この本からは大きく分けて2つの知識を身につけることができる。

1つは、さまざまな問題の解決や目的の達成に向けて、指針を見つけるための「手段」を獲得することである。そしてもう1つは、そもそもわたしたちの思考はどんなプロセスを経て進められるのか、その「しくみ」を理解できることである。

実はこの本は前者の、問題解決や目的達成の指針を見つける手段を提供し、実業の場で活用してもらうという、実用書のつもりで計画された。そこで「問題は要するにこういうことだ、だからこれこれのことさえすればいい」という形で指針がコンピュータの計算によって見つけられることを丁寧に書いて示した。

しかし一方で、この本を単なる手引き書にはしたくなかった。指針を見つけるに至るまでの論理の筋をきちんと示したいと思った。そのために論理の筋の元になっている人の思考のしくみを分かりやすく解説することにした。その結果、人の思考のしくみを解説した部分は、それだけで「なるほど、考えるというのはそういうことだったんだ」と理解できるし、さらに本書の提供する計算法は、実は人の考え方に最も近いものであることをわかってもらえると思う。
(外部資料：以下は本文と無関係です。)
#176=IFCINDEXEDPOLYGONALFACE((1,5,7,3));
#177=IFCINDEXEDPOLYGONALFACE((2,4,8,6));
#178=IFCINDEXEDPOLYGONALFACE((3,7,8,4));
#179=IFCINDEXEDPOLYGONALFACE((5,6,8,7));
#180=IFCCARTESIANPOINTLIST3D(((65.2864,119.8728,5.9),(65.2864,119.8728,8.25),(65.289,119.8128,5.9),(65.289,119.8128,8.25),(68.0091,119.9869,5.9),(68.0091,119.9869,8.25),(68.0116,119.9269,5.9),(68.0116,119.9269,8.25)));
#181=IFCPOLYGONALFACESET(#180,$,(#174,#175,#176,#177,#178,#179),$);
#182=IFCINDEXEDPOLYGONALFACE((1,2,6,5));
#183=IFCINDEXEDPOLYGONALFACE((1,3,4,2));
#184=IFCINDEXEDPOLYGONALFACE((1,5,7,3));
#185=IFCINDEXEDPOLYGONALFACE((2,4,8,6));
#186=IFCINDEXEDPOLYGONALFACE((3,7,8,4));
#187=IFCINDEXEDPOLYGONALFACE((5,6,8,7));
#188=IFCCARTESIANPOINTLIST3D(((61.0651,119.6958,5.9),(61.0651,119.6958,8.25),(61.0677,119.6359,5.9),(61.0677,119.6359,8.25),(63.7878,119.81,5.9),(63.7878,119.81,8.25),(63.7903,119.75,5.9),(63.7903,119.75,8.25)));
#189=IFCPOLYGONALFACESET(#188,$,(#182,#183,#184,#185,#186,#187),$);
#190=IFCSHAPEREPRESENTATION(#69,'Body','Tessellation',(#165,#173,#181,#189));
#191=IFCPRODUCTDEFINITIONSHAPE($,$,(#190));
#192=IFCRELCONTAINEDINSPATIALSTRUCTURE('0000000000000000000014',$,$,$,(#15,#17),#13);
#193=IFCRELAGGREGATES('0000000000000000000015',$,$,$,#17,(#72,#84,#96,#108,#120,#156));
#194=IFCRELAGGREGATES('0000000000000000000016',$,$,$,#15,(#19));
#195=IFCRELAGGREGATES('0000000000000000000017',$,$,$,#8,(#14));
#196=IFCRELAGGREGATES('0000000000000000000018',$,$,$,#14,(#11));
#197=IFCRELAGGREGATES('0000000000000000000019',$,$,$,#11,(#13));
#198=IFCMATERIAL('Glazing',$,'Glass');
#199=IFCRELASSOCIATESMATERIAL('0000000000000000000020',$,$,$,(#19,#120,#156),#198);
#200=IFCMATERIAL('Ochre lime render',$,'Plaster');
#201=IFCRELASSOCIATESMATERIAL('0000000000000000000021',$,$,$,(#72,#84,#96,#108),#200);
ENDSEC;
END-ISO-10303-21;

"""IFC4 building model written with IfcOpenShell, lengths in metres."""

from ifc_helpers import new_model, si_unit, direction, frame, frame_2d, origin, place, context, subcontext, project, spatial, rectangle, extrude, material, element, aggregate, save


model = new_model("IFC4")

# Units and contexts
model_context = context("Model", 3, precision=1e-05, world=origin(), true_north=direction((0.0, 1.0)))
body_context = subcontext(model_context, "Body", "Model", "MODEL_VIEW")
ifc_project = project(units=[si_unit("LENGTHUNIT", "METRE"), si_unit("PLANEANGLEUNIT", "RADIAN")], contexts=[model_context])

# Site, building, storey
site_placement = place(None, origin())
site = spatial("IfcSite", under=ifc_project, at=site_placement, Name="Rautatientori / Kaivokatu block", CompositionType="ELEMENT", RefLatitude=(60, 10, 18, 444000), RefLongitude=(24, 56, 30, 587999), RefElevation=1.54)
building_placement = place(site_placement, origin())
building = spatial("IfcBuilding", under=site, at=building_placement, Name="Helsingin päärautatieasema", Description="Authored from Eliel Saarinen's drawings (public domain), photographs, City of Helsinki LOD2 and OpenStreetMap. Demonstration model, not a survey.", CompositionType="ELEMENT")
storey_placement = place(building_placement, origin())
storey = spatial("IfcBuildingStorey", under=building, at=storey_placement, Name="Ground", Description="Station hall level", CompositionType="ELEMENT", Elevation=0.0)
また簡単な問題なら自分の思考が正しいかを手計算で検証することもできるので、読者の知的興味に応えるものとなったと信じる。

この本は理屈っぽいことを扱っているにもかかわらず、読み物ふうでもある。すくなくとも著者はそのつもりで努力して書いた。読み物というからには、すらすらと後戻りすることなく読んで理解できるようでなければならない。そのためには、たまに話題が脇道に逸れることがあっても、論旨が一本道をたどるようになっていなければならない。教科書のようにいくつかの章を並べてそれぞれを解説するというやり方だと論旨が拡がるので読み物にはなりにくい。

その点、この本の論旨は一本道である。元来、人が日常間断なく行っている思考には3つの型があることをこの本はまず説明するが、そのうちの2つの型は不確かな思考であって、確かな思考経路は論理に従う1つの型のみであることをこの本で示している。その論理に従う思考こそが最も基本的な、そして最も頻繁に私たちが無意識のうちに行っているものである。この本はそれを取り上げ、詳しく調べ、そのプロセスを手計算に移し、さらにそれの規模を拡大するために計算機を用いる、という一本道の論旨で通したから、読み物になり得るはずである。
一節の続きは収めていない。